Doubles and floats can store decimal values, while integer values cannot. The ability of a float variable to store integers with precise precision up to 32 bits is the primary distinction between the two. All doubles have a 64-bit precision limit when storing numbers. In essence, a double has a larger decimal place storage capacity than a float. Therefore, everything depends on how exact you require the variable to be.
3. String variables
Raising The strings we’ve discussed previously are similar to string variables, which are the next topic, except they are stored someplace in a value. Strings of letters, or words and sentences, can be stored in string variables. Strings can be used to store input data and display text. Additionally, strings can be joined together to create new combinations of pre-written strings and string variables.
When information needs to be output in a legible format for the user, this can be quite helpful. Consider the following scenario: we have a string named name. The code requested that the name and text string be entered and stored. to provide the user with this information. You can add the phrase “Your name is” and concatenate it to form a sentence instead of just displaying their name. You are plus a name plus a period in your name.

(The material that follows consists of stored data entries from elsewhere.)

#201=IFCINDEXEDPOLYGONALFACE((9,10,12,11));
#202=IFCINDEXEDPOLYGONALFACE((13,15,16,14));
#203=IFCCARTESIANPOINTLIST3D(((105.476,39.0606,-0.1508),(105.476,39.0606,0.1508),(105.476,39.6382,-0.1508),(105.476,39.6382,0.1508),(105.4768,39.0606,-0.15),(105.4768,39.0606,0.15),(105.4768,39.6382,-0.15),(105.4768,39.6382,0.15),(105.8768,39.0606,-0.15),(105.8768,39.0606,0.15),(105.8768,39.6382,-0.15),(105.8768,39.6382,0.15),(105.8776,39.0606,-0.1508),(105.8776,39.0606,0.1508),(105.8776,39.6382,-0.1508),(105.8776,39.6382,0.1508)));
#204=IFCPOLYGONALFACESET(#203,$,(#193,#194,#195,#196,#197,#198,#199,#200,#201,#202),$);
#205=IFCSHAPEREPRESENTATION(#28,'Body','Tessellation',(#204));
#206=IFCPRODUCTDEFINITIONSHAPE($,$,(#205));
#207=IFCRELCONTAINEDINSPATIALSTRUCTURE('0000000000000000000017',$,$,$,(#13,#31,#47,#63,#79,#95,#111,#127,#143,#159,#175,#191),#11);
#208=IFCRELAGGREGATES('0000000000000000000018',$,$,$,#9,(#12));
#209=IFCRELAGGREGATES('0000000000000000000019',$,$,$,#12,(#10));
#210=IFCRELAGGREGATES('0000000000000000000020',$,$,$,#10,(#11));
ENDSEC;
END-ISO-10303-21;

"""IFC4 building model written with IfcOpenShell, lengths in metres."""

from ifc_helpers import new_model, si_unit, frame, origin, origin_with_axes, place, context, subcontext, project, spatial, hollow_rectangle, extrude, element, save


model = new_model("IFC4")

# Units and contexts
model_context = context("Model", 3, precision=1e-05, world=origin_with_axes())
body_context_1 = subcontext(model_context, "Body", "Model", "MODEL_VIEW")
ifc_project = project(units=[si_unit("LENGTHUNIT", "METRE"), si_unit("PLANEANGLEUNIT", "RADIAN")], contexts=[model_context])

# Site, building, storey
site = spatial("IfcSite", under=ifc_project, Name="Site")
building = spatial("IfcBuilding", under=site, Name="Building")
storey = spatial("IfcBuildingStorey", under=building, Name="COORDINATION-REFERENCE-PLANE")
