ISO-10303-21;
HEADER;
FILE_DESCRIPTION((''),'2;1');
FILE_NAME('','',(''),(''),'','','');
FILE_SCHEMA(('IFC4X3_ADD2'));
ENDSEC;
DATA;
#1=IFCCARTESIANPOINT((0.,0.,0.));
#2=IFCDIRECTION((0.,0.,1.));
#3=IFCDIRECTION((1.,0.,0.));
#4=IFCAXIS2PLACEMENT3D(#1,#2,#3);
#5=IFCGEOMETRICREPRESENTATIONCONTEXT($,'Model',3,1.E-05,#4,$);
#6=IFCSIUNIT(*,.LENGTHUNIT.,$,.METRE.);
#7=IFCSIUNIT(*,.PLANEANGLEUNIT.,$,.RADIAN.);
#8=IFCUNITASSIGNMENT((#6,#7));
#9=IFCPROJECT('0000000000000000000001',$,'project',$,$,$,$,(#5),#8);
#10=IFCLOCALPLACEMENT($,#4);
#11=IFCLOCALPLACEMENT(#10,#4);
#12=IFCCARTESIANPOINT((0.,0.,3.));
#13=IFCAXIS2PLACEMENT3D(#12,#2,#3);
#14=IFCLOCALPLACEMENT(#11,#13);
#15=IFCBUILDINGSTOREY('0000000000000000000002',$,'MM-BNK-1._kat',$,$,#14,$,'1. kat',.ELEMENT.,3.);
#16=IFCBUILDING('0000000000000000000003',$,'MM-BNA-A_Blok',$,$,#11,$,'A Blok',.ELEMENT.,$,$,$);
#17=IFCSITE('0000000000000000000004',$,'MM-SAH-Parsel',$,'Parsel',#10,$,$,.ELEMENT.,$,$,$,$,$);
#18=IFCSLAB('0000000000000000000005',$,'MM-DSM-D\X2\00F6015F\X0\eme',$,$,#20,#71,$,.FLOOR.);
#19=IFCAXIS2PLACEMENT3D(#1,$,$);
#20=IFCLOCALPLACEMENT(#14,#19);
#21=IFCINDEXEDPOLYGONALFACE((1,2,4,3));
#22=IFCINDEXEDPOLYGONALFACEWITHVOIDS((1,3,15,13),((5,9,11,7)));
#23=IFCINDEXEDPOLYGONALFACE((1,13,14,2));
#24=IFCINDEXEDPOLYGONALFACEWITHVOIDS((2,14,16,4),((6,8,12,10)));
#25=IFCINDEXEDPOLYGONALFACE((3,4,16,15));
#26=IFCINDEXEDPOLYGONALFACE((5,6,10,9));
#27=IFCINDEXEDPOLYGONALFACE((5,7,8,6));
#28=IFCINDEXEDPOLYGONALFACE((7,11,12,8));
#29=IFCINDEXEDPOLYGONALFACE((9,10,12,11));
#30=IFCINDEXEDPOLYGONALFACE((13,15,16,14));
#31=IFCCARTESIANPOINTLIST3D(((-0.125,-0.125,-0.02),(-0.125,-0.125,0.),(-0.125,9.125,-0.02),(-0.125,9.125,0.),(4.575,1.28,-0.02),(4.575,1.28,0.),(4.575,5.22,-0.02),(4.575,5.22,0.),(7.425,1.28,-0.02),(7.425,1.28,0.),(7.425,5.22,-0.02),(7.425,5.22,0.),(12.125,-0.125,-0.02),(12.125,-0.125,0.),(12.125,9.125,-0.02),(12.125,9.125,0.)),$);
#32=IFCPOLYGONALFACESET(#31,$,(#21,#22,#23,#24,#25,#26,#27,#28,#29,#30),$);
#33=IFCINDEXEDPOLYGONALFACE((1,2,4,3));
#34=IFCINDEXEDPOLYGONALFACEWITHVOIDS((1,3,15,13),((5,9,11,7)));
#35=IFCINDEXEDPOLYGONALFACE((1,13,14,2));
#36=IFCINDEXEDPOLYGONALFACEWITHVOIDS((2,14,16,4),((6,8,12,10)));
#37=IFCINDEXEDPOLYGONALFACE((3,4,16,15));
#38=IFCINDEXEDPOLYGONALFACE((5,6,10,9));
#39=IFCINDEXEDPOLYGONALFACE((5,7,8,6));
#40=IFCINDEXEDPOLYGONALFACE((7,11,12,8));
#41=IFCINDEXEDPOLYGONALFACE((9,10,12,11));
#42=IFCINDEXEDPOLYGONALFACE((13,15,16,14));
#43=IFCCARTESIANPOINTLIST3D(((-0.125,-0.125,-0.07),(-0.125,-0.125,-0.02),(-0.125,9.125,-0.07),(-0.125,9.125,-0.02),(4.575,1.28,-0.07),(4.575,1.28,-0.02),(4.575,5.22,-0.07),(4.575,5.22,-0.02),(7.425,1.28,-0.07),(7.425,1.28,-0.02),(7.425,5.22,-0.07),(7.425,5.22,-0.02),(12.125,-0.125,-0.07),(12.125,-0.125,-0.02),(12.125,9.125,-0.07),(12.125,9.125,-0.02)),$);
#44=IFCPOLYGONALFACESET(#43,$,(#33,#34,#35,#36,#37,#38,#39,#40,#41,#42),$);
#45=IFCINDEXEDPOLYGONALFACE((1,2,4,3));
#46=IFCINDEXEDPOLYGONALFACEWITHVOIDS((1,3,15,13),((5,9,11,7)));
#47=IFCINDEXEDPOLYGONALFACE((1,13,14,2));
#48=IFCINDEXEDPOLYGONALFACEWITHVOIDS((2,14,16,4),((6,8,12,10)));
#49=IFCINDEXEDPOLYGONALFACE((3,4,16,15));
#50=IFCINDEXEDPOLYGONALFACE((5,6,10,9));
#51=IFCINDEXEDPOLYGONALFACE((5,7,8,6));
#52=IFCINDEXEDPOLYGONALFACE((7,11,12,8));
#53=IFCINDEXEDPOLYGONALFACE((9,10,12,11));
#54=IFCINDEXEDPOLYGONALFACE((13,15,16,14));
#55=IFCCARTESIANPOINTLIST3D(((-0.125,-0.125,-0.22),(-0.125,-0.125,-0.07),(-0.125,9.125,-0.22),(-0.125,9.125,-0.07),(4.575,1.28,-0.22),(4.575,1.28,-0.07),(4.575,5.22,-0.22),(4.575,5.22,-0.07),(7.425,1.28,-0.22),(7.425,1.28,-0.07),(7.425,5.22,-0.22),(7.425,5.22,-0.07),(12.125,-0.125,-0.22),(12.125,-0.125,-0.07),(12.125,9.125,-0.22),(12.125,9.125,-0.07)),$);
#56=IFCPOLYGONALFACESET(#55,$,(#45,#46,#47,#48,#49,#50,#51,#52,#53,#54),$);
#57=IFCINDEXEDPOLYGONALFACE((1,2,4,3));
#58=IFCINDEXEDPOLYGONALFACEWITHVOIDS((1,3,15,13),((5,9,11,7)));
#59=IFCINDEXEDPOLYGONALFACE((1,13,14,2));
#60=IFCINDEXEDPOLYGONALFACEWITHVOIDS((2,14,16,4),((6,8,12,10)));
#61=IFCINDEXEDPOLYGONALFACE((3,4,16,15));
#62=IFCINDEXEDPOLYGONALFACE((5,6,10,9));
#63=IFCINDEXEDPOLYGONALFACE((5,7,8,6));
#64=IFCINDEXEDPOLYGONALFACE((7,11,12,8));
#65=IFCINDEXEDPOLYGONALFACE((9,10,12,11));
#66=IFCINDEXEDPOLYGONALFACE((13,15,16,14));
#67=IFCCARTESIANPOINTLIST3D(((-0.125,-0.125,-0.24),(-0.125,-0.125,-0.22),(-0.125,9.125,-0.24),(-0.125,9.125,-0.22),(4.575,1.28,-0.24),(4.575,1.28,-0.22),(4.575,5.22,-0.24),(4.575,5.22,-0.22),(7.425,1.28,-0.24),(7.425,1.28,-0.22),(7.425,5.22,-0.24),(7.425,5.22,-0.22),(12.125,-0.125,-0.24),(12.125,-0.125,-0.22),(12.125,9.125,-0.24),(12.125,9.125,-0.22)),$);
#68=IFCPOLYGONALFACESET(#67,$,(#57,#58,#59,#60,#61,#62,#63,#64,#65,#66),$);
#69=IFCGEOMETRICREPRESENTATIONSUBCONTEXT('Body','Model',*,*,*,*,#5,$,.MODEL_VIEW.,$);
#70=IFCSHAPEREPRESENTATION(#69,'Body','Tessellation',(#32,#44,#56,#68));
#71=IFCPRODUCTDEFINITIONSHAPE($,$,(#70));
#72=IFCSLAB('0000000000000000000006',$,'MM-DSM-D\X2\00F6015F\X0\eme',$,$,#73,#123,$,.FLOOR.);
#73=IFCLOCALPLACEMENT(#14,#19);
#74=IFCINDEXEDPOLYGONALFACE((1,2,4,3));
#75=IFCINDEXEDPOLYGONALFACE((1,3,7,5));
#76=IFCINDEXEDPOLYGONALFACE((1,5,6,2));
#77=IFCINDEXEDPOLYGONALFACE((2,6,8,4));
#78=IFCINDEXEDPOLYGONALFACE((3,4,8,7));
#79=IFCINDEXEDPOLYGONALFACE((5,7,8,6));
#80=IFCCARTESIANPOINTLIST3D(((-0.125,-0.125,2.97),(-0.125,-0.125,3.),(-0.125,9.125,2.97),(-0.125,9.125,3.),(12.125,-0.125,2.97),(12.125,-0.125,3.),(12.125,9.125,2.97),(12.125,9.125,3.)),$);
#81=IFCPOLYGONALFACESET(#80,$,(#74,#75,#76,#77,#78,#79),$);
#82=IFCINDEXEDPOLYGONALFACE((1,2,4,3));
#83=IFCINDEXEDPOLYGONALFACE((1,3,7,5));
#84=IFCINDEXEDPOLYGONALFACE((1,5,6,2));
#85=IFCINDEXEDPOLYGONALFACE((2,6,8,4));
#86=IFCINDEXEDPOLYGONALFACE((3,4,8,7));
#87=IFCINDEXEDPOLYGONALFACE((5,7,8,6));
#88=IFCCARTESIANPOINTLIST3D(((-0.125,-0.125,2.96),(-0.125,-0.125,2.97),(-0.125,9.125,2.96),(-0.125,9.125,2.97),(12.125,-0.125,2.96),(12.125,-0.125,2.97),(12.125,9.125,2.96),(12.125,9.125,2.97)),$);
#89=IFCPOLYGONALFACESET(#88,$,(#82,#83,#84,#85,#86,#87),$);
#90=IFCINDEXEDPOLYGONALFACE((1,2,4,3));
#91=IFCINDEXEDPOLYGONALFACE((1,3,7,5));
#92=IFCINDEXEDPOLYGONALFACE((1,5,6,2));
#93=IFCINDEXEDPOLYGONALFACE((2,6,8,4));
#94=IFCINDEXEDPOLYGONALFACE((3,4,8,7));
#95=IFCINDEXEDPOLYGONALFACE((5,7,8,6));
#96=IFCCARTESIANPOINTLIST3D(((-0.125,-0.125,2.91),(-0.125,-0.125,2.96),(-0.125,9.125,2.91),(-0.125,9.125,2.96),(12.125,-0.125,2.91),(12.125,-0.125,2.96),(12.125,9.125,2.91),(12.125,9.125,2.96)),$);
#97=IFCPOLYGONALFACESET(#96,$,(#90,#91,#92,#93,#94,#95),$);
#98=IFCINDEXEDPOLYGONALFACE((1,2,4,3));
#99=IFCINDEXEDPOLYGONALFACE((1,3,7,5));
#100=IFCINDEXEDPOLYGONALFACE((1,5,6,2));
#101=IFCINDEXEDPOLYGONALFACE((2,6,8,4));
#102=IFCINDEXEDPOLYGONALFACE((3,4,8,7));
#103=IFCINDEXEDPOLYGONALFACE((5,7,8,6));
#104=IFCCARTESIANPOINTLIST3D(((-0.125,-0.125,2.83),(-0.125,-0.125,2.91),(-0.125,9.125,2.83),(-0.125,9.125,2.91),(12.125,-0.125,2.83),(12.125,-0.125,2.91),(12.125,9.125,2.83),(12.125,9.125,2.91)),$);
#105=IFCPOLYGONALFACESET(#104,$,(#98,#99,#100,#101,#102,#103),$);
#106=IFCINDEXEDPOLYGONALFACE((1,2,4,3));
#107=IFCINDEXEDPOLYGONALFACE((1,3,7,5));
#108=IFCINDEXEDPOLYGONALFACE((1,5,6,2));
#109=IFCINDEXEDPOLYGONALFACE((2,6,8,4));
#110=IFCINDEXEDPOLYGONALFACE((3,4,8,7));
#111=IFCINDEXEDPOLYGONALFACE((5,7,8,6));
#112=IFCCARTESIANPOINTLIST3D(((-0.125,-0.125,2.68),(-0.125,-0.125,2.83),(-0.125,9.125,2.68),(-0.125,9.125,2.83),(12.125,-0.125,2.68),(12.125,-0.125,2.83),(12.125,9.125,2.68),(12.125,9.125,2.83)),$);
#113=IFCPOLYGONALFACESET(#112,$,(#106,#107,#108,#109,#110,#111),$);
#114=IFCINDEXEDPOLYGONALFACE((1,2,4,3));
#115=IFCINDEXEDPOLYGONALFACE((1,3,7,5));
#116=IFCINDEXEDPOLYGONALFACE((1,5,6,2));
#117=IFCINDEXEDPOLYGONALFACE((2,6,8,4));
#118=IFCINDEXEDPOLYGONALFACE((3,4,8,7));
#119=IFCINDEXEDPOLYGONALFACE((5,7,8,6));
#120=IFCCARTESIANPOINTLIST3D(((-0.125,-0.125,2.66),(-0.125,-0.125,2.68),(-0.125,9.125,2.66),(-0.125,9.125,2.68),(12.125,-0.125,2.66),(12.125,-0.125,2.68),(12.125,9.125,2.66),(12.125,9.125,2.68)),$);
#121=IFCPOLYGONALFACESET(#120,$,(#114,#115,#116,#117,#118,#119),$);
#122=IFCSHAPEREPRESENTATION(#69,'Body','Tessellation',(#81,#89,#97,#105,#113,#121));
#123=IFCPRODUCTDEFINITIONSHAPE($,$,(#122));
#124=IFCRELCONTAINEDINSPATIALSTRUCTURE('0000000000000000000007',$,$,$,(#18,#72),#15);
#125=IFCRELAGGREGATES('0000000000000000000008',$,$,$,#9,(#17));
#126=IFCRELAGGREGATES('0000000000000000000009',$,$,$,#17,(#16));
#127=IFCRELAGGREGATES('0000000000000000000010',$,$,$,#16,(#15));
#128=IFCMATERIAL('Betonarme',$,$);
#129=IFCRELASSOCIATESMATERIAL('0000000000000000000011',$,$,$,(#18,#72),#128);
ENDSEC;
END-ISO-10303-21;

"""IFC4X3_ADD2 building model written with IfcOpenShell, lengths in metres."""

from ifc_helpers import new_model, si_unit, frame, origin_with_axes, place, context, subcontext, project, spatial, polyline, outline, extrude, material, element, save


model = new_model("IFC4X3_ADD2")

# Units and contexts
model_context = context("Model", 3, precision=1e-05, world=origin_with_axes())
body_context = subcontext(model_context, "Body", "Model", "MODEL_VIEW")
ifc_project = project(units=[si_unit("LENGTHUNIT", "METRE"), si_unit("PLANEANGLEUNIT", "RADIAN")], contexts=[model_context])

# Site, building, storey
site_placement = place(None, origin_with_axes())
site = spatial("IfcSite", under=ifc_project, at=site_placement, Name="MM-SAH-Parsel", ObjectType="Parsel", CompositionType="ELEMENT")
building_placement = place(site_placement, origin_with_axes())
building = spatial("IfcBuilding", under=site, at=building_placement, Name="MM-BNA-A_Blok", LongName="A Blok", CompositionType="ELEMENT")
storey_placement = place(building_placement, frame((0.0, 0.0, 3.0), z_axis=(0.0, 0.0, 1.0), x_axis=(1.0, 0.0, 0.0)))
storey = spatial("IfcBuildingStorey", under=building, at=storey_placement, Name="MM-BNK-1._kat", LongName="1. kat", CompositionType="ELEMENT", Elevation=3.0)

# Shared definitions
ifc_material_1 = material(Name="Betonarme")

# Slab, opening
slab_1_placement = place(storey_placement, origin_with_axes())
slab_1 = element("IfcSlab", 1, at=slab_1_placement, inside=storey, material=ifc_material_1, Name="MM-DSM-Döşeme", PredefinedType="FLOOR", context=body_context, shape_type="SweptSolid", body=[
    extrude(outline(polyline([(-0.125, -0.125), (12.125, -0.125), (12.125, 9.125), (-0.125, 9.125), (-0.125, -0.125)])), frame((0.0, 0.0, -0.02)), (0.0, 0.0, 1.0), 0.02),
    extrude(outline(polyline([(-0.125, -0.125), (12.125, -0.125), (12.125, 9.125), (-0.125, 9.125), (-0.125, -0.125)])), frame((0.0, 0.0, -0.07)), (0.0, 0.0, 1.0), 0.05),
    extrude(outline(polyline([(-0.125, -0.125), (12.125, -0.125), (12.125, 9.125), (-0.125, 9.125), (-0.125, -0.125)])), frame((0.0, 0.0, -0.22)), (0.0, 0.0, 1.0), 0.15),
    extrude(outline(polyline([(-0.125, -0.125), (12.125, -0.125), (12.125, 9.125), (-0.125, 9.125), (-0.125, -0.125)])), frame((0.0, 0.0, -0.24)), (0.0, 0.0, 1.0), 0.02),
])
opening_1_placement = place(storey_placement, origin_with_axes())
element("IfcOpeningElement", 2, at=opening_1_placement, cuts=slab_1, PredefinedType="OPENING", context=body_context, shape_type="SweptSolid", body=[
    extrude(outline(polyline([(4.575, 1.28), (4.575, 5.22), (7.425, 5.22), (7.425, 1.28), (4.575, 1.28)])), frame((0.0, 0.0, -0.24)), (0.0, 0.0, 1.0), 0.24),
])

This adds unpredictability to your code, which always makes things more interesting for the end user, and makes your code easier to read.
4. Char Variables (character variables)
Lastly, char variables are included. As the name implies, they can each hold one character. Char stands for character. When a programmer wishes to read a single button push or a single character in a string without using a string variable, this is helpful. One particular example would be a keyboard-controlled game where the application must identify the character being pushed and transform it into a certain action.
Strings can now hold a single character, but characters can hold several characters. Therefore, when defining variables, bear that in mind. So why are variables so helpful now? All good programmes must have the ability to store data in a format that makes it easy to retrieve it later. You’ll frequently wish to record information in code, like the name of the user or their score. This information is therefore stored in a variable you create called name or score, which you can then refer to, edit, or add to.
Additionally, the programme will frequently request user input, which cannot be preprogrammed into the code and necessitates the usage of variables to hold the data. Programmes may also be dependent on variables that vary as they go along, in which case a variable is needed once again. Additionally, changing these variables is essential to completing many of the activities you want your programme to perform.
For example, concatenating string variables or multiplying in variables. The foundation of any programme is its overall variables, which you will find yourself using frequently if you wish to write clear, effective code. Therefore, it’s advisable that you understand the kinds of variables you need to apply and when.